Your objective: The output is the lines below from the one with "#179=IFCINDEXEDPOLYGONALFACE((3,4,8,7));" through the one with "#184=IFCPRODUCTDEFINITIONSHAPE($,$,(#183));", both included, printed exactly and with no other line.

Source records:
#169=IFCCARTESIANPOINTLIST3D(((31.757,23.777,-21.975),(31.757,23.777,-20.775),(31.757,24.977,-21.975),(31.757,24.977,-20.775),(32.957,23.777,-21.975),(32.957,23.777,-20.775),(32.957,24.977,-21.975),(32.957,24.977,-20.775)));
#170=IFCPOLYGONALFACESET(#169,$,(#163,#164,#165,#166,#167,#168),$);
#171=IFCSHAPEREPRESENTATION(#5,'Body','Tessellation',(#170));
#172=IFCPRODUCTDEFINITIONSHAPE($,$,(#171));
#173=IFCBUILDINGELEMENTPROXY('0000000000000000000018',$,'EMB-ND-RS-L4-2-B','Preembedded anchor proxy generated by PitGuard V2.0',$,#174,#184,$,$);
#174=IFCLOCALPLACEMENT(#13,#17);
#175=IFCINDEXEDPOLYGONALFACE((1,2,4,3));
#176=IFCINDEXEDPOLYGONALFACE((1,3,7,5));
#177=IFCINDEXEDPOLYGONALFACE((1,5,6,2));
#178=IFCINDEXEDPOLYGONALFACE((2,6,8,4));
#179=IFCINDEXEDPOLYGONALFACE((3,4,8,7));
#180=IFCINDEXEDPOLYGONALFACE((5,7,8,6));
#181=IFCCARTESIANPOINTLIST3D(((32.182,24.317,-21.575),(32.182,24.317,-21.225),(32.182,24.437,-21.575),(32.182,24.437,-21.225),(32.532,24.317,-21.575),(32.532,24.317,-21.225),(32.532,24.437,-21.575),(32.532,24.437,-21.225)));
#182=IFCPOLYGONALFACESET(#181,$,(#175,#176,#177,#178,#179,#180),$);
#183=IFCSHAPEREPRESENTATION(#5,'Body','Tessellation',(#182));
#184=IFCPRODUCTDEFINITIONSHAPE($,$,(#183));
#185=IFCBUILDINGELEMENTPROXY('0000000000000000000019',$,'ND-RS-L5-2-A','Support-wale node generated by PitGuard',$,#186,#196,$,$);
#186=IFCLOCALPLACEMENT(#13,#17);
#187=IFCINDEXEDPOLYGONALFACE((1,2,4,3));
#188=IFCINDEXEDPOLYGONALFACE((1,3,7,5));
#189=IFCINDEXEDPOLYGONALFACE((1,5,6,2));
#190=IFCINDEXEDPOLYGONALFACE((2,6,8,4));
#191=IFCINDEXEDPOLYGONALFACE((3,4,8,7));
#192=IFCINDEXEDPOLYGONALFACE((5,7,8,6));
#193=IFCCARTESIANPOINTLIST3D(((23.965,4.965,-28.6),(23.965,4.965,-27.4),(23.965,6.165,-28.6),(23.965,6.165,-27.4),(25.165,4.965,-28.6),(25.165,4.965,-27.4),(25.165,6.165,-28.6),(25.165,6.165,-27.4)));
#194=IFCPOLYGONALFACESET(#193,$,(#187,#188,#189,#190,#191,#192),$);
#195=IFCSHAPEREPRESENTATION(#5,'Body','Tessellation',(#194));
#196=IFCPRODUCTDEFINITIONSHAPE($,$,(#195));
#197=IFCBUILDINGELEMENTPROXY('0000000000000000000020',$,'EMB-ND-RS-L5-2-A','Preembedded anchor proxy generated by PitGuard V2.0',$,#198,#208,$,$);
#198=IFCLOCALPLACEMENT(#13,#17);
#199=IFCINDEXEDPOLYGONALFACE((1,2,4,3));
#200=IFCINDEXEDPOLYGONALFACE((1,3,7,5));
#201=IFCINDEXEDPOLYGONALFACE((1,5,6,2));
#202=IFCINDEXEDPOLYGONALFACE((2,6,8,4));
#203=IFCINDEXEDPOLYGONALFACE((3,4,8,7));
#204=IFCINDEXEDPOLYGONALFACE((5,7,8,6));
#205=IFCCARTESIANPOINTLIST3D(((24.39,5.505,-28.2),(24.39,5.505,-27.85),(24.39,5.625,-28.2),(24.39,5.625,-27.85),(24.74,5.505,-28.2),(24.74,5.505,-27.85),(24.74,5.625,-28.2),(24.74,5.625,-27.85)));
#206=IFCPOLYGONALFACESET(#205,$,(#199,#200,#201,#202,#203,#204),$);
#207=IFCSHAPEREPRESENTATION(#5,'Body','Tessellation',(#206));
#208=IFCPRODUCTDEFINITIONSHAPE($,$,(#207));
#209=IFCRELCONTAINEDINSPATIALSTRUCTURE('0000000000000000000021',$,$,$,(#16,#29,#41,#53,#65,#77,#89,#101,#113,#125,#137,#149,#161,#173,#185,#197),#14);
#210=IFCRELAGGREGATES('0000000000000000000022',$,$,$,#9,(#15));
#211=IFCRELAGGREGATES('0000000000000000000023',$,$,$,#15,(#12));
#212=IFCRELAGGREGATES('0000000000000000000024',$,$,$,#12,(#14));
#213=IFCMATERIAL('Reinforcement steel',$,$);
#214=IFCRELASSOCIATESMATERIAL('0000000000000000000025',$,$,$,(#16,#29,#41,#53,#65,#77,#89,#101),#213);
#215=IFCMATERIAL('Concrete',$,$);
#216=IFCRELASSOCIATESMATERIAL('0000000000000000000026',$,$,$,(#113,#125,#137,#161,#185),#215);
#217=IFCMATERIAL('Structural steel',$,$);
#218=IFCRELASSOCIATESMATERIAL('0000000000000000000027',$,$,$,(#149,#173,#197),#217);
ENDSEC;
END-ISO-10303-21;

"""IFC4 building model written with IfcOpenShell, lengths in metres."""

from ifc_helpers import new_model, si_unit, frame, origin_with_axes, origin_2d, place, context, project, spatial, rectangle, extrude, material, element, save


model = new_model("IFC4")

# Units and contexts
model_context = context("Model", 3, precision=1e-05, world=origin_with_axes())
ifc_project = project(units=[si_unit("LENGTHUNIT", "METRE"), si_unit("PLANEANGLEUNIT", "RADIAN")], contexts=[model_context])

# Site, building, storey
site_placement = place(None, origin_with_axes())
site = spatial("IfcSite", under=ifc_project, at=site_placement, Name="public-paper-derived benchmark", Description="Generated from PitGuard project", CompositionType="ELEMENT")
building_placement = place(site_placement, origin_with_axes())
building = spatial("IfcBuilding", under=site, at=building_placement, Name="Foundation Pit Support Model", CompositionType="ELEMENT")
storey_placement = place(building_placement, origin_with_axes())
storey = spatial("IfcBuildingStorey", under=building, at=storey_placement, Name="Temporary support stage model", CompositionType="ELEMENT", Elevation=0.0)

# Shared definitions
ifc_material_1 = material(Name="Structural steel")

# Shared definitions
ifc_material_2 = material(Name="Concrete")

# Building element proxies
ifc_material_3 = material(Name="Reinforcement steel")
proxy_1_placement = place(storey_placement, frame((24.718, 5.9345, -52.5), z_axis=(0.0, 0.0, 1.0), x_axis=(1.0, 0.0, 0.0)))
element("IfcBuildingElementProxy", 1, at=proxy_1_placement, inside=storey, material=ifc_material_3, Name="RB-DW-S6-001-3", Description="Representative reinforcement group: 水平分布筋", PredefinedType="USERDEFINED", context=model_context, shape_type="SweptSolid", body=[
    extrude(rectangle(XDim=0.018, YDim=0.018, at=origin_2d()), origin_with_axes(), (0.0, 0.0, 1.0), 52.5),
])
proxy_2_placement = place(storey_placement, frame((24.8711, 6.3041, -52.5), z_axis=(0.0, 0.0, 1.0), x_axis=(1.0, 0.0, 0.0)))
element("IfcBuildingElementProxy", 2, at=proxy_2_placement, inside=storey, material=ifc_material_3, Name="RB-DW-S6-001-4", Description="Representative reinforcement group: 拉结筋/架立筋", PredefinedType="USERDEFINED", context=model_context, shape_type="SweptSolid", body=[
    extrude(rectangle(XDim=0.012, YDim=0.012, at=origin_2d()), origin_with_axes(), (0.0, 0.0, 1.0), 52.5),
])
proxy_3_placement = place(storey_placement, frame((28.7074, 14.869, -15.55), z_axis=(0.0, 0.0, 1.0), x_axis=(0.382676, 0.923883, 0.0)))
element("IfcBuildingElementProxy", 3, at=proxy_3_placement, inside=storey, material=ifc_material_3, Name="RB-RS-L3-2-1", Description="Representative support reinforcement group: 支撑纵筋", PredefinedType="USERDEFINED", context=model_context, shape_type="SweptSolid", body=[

Expected answer:
#179=IFCINDEXEDPOLYGONALFACE((3,4,8,7));
#180=IFCINDEXEDPOLYGONALFACE((5,7,8,6));
#181=IFCCARTESIANPOINTLIST3D(((32.182,24.317,-21.575),(32.182,24.317,-21.225),(32.182,24.437,-21.575),(32.182,24.437,-21.225),(32.532,24.317,-21.575),(32.532,24.317,-21.225),(32.532,24.437,-21.575),(32.532,24.437,-21.225)));
#182=IFCPOLYGONALFACESET(#181,$,(#175,#176,#177,#178,#179,#180),$);
#183=IFCSHAPEREPRESENTATION(#5,'Body','Tessellation',(#182));
#184=IFCPRODUCTDEFINITIONSHAPE($,$,(#183));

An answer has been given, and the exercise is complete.